[Start of section]
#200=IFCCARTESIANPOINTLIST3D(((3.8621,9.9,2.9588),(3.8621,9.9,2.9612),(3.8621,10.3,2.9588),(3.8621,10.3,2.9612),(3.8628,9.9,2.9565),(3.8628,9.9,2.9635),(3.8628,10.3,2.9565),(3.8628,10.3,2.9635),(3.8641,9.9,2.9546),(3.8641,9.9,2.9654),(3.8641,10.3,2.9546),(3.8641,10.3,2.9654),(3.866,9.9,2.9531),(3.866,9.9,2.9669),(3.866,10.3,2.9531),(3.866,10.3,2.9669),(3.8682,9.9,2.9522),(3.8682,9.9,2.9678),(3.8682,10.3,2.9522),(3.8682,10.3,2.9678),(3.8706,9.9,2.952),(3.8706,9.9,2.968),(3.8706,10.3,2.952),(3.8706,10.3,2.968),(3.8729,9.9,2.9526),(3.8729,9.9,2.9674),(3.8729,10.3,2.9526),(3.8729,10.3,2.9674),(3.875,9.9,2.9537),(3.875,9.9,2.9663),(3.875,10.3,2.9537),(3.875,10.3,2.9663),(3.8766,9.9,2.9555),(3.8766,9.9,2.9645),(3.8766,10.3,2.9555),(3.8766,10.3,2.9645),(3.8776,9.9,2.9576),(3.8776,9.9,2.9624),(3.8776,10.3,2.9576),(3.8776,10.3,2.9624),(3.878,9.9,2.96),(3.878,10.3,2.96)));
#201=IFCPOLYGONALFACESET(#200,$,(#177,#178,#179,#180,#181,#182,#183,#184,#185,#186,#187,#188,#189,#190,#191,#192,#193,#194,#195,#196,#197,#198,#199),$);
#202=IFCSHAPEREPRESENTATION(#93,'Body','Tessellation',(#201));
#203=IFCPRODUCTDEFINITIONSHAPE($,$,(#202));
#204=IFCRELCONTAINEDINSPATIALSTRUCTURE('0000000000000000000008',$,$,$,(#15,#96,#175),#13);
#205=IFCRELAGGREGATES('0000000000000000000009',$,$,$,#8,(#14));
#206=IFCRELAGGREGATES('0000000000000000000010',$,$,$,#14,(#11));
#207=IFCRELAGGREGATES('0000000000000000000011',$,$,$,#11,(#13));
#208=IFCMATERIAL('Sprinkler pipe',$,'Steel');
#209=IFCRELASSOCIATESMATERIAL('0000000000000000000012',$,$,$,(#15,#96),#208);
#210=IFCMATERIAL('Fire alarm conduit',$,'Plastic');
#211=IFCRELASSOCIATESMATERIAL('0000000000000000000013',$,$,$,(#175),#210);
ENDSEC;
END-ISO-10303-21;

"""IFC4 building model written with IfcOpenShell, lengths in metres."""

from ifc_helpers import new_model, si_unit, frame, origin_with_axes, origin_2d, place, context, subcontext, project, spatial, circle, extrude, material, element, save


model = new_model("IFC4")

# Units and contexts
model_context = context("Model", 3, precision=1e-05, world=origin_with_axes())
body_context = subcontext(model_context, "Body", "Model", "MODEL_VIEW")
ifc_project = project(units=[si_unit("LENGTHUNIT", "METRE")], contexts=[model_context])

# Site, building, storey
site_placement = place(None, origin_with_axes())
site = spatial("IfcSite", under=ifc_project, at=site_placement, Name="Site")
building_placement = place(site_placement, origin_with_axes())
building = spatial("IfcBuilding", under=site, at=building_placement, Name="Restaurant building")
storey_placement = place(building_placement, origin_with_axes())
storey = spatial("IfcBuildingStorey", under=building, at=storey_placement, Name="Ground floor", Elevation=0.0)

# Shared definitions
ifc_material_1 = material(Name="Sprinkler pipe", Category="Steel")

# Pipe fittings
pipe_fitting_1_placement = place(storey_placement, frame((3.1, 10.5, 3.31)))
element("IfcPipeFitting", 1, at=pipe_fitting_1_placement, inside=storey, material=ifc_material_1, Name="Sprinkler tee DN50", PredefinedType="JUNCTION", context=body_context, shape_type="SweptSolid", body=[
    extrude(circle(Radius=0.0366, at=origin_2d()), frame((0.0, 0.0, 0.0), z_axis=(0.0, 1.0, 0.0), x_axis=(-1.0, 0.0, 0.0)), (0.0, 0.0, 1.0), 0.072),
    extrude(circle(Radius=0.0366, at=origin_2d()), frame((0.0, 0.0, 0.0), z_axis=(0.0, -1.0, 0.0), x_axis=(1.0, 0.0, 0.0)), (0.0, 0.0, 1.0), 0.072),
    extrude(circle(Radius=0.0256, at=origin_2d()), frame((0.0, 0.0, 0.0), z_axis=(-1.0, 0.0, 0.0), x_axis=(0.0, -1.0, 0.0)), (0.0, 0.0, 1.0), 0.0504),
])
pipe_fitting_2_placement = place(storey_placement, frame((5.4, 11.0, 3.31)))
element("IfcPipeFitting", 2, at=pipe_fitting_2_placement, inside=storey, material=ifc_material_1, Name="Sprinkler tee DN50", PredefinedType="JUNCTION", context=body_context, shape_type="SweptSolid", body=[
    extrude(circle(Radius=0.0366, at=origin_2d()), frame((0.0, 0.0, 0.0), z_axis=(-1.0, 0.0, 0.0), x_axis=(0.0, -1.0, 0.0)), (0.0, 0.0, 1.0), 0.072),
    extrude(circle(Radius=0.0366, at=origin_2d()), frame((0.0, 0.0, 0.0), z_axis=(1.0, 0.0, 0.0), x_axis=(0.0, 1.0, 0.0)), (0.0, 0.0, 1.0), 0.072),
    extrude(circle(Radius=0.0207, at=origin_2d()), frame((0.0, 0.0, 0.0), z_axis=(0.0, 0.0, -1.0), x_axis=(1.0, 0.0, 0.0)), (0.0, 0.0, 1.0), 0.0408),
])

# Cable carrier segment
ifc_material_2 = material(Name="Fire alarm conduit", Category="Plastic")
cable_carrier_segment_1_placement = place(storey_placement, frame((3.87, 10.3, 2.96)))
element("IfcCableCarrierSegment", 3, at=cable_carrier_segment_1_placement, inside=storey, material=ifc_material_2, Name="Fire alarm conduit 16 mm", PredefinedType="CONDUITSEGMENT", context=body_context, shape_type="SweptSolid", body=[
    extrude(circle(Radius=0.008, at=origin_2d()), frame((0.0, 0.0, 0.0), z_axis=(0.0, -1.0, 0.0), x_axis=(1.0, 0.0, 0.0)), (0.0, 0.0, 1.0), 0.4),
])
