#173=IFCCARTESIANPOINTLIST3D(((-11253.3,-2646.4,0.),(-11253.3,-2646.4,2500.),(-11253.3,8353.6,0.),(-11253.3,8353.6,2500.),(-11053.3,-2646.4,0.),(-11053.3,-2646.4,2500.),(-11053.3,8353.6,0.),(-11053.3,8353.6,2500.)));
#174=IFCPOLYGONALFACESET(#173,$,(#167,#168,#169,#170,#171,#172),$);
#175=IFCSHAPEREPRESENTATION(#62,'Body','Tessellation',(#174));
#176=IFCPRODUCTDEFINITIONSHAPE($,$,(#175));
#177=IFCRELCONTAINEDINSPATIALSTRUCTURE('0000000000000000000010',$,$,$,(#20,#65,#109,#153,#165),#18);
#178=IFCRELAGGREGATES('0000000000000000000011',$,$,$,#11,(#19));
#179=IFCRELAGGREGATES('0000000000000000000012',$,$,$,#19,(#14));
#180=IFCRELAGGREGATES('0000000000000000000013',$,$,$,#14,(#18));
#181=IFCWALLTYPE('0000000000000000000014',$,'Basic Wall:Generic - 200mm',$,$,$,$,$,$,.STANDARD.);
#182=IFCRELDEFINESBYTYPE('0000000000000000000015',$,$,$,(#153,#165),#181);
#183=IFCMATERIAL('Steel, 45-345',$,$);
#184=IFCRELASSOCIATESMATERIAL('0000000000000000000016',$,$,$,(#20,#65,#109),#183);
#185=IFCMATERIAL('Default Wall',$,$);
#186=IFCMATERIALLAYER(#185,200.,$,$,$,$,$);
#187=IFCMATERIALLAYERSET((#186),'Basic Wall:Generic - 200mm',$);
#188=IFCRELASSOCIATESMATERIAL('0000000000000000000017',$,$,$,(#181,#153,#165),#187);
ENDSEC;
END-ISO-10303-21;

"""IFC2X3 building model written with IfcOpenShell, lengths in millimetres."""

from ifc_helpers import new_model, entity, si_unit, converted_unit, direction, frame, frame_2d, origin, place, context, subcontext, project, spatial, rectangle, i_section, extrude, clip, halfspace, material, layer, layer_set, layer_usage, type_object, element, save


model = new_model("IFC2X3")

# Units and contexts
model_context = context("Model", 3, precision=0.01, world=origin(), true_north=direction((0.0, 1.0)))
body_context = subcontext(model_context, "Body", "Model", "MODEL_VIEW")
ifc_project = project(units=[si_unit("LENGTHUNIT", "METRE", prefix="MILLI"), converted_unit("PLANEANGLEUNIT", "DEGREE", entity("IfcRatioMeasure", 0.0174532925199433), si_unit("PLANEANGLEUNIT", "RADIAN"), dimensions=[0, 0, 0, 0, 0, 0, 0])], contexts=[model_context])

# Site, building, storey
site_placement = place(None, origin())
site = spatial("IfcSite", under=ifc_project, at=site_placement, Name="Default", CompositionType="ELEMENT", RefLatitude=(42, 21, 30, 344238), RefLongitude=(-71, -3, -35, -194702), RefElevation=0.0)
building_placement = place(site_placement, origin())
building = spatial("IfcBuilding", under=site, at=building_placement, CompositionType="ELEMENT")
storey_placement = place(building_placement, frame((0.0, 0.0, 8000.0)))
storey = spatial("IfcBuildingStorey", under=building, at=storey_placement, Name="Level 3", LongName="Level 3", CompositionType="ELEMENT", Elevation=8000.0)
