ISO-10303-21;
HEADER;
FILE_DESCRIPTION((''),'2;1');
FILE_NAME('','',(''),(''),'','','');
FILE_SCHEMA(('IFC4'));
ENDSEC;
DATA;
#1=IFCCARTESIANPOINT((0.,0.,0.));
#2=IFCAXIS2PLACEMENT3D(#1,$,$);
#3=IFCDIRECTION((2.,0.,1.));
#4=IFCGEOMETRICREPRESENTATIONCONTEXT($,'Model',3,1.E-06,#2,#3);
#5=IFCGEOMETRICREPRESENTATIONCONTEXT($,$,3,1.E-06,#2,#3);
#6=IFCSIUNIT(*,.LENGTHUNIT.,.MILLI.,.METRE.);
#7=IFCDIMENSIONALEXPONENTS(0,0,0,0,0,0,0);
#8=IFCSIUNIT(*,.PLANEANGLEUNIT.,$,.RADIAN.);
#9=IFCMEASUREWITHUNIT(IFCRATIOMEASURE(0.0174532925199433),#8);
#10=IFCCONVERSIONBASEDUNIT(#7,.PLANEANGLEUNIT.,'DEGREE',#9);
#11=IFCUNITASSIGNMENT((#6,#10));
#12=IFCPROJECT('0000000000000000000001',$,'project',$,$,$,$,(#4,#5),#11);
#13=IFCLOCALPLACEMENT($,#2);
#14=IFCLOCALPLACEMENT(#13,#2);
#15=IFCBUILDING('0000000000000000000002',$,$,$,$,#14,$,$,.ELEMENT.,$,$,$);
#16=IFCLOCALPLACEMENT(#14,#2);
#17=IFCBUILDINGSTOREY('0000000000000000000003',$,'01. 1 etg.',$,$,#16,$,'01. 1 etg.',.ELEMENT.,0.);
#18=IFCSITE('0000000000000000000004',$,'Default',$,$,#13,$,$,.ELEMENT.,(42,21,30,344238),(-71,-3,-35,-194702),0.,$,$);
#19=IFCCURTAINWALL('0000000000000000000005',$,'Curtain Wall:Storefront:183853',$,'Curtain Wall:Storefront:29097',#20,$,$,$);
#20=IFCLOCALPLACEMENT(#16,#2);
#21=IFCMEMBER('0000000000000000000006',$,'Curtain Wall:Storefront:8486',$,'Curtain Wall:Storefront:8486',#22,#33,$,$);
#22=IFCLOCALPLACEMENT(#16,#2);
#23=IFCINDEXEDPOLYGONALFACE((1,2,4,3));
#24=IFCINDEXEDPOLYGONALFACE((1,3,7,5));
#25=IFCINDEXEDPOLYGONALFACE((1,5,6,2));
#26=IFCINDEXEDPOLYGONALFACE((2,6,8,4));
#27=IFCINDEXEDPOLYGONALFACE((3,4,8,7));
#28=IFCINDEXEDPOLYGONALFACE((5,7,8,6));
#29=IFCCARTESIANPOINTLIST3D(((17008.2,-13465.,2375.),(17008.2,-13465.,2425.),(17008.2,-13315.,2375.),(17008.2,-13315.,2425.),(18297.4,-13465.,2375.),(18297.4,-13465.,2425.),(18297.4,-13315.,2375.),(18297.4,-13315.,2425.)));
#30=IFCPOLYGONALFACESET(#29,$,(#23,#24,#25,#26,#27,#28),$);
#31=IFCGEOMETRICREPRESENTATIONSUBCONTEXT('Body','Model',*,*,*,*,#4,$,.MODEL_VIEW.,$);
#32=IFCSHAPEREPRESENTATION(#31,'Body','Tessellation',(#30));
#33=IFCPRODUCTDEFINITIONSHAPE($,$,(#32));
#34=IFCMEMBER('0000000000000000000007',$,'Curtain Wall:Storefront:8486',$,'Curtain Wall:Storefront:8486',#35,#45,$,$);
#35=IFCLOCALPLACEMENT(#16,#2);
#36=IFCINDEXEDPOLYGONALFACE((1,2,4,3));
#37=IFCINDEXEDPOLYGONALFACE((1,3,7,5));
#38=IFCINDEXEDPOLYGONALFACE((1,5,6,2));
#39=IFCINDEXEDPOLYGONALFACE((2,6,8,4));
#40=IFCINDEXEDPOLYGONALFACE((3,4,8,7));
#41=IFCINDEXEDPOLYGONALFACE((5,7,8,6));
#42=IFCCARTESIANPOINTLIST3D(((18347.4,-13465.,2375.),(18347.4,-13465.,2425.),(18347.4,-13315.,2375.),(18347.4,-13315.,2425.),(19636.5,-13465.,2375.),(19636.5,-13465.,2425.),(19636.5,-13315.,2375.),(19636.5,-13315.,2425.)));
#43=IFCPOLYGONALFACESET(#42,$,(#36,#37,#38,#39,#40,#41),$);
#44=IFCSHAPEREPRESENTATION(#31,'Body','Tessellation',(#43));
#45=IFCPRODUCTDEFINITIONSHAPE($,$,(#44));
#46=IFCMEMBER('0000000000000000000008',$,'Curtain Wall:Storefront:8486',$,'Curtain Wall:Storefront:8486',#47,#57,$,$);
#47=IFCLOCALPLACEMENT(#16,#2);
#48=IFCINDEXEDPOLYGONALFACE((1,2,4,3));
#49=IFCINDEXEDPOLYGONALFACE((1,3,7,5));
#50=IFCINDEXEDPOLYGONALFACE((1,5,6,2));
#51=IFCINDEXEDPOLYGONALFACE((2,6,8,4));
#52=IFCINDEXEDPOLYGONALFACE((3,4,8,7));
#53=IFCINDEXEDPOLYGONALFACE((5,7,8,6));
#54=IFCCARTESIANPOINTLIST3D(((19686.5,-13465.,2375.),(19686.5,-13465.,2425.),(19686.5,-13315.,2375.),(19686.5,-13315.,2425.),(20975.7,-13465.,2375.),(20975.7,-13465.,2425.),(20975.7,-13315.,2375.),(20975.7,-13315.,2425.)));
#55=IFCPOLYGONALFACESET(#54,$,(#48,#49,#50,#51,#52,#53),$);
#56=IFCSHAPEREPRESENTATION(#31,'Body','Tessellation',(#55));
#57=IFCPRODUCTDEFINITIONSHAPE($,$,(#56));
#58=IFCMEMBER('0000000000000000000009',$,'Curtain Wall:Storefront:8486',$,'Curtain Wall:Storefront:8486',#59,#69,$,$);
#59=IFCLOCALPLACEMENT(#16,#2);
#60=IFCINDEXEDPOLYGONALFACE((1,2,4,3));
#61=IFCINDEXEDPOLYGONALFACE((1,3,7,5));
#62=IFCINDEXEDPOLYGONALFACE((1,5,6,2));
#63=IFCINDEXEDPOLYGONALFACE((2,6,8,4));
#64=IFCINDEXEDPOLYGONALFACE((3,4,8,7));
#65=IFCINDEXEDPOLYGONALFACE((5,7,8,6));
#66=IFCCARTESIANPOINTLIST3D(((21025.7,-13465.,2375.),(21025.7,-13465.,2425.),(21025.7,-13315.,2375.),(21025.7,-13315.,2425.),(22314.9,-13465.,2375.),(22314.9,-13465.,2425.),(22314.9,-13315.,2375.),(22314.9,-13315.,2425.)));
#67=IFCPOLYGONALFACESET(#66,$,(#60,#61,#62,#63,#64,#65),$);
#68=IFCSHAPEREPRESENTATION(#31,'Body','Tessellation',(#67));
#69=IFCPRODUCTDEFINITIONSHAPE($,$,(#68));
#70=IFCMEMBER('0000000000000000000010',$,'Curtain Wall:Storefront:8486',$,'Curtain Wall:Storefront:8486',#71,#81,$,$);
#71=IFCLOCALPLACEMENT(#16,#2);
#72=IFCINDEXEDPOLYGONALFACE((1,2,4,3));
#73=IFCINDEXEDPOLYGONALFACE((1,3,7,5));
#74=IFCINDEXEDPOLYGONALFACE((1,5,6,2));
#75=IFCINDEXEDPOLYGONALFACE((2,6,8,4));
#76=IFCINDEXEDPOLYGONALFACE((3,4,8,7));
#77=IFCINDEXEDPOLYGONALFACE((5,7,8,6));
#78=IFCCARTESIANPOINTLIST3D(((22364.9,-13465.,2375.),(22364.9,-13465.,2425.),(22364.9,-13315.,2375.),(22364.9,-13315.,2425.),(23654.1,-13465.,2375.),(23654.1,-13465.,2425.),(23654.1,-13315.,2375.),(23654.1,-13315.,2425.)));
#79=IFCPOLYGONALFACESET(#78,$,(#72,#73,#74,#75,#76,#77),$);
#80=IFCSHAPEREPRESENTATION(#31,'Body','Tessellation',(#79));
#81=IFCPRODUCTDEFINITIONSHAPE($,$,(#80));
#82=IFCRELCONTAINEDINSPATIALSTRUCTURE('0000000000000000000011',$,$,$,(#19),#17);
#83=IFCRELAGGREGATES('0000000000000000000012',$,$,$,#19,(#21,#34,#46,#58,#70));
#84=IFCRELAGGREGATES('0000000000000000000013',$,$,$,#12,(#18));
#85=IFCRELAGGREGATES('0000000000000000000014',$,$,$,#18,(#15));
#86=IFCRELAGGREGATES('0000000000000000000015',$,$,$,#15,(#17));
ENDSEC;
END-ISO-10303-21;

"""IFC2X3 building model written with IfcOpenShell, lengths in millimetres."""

from ifc_helpers import new_model, entity, si_unit, converted_unit, direction, frame, frame_2d, origin, place, context, subcontext, project, spatial, rectangle, extrude, element, aggregate, save


model = new_model("IFC2X3")

# Units and contexts
model_context = context("Model", 3, precision=1e-06, world=origin(), true_north=direction((2.0, 0.0, 1.0)))
context_of_model = context(None, 3, precision=1e-06, world=origin(), true_north=direction((2.0, 0.0, 1.0)))
body_context = subcontext(model_context, "Body", "Model", "MODEL_VIEW")
ifc_project = project(units=[si_unit("LENGTHUNIT", "METRE", prefix="MILLI"), converted_unit("PLANEANGLEUNIT", "DEGREE", entity("IfcRatioMeasure", 0.0174532925199433), si_unit("PLANEANGLEUNIT", "RADIAN"), dimensions=[0, 0, 0, 0, 0, 0, 0])], contexts=[model_context, context_of_model])

# Site, building, storey
site_placement = place(None, origin())
site = spatial("IfcSite", under=ifc_project, at=site_placement, Name="Default", CompositionType="ELEMENT", RefLatitude=(42, 21, 30, 344238), RefLongitude=(-71, -3, -35, -194702), RefElevation=0.0)
building_placement = place(site_placement, origin())
building = spatial("IfcBuilding", under=site, at=building_placement, CompositionType="ELEMENT")
storey_placement = place(building_placement, origin())
storey = spatial("IfcBuildingStorey", under=building, at=storey_placement, Name="01. 1 etg.", LongName="01. 1 etg.", CompositionType="ELEMENT", Elevation=0.0)

# Curtain wall, members
curtain_wall_placement = place(storey_placement, origin())
curtain_wall = element("IfcCurtainWall", 1, at=curtain_wall_placement, inside=storey, Name="Curtain Wall:Storefront:183853", ObjectType="Curtain Wall:Storefront:29097")
member_1_placement = place(storey_placement, origin())
member_1 = element("IfcMember", 2, at=member_1_placement, Name="Curtain Wall:Storefront:8486", ObjectType="Curtain Wall:Storefront:8486", context=body_context, shape_type="SweptSolid", body=[
    extrude(rectangle(XDim=1289.2, YDim=150.0, at=frame_2d((0.0, 0.0), x_axis=(1.0, 0.0))), frame((17652.8, -13390.0, 2375.0), z_axis=(0.0, 0.0, 1.0), x_axis=(-1.0, 0.0, 0.0)), (0.0, 0.0, 1.0), 50.0),
])
member_2_placement = place(storey_placement, origin())
member_2 = element("IfcMember", 3, at=member_2_placement, Name="Curtain Wall:Storefront:8486", ObjectType="Curtain Wall:Storefront:8486", context=body_context, shape_type="SweptSolid", body=[
    extrude(rectangle(XDim=1289.2, YDim=150.0, at=frame_2d((0.0, 0.0), x_axis=(1.0, 0.0))), frame((18991.9, -13390.0, 2375.0), z_axis=(0.0, 0.0, 1.0), x_axis=(-1.0, 0.0, 0.0)), (0.0, 0.0, 1.0), 50.0),
])
member_3_placement = place(storey_placement, origin())
member_3 = element("IfcMember", 4, at=member_3_placement, Name="Curtain Wall:Storefront:8486", ObjectType="Curtain Wall:Storefront:8486", context=body_context, shape_type="SweptSolid", body=[
    extrude(rectangle(XDim=1289.2, YDim=150.0, at=frame_2d((0.0, 0.0), x_axis=(1.0, 0.0))), frame((20331.1, -13390.0, 2375.0), z_axis=(0.0, 0.0, 1.0), x_axis=(-1.0, 0.0, 0.0)), (0.0, 0.0, 1.0), 50.0),
])
member_4_placement = place(storey_placement, origin())
member_4 = element("IfcMember", 5, at=member_4_placement, Name="Curtain Wall:Storefront:8486", ObjectType="Curtain Wall:Storefront:8486", context=body_context, shape_type="SweptSolid", body=[
    extrude(rectangle(XDim=1289.2, YDim=150.0, at=frame_2d((0.0, 0.0), x_axis=(1.0, 0.0))), frame((21670.3, -13390.0, 2375.0), z_axis=(0.0, 0.0, 1.0), x_axis=(-1.0, 0.0, 0.0)), (0.0, 0.0, 1.0), 50.0),
])
member_5_placement = place(storey_placement, origin())
member_5 = element("IfcMember", 6, at=member_5_placement, Name="Curtain Wall:Storefront:8486", ObjectType="Curtain Wall:Storefront:8486", context=body_context, shape_type="SweptSolid", body=[
    extrude(rectangle(XDim=1289.2, YDim=150.0, at=frame_2d((0.0, 0.0), x_axis=(1.0, 0.0))), frame((23009.5, -13390.0, 2375.0), z_axis=(0.0, 0.0, 1.0), x_axis=(-1.0, 0.0, 0.0)), (0.0, 0.0, 1.0), 50.0),
])
aggregate(curtain_wall, [member_1, member_2, member_3, member_4, member_5])

save(model, "model.ifc")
[End of section]
The answer should be one number: how many lines of the data above contain "IFCSIUNIT".

• Written response: 2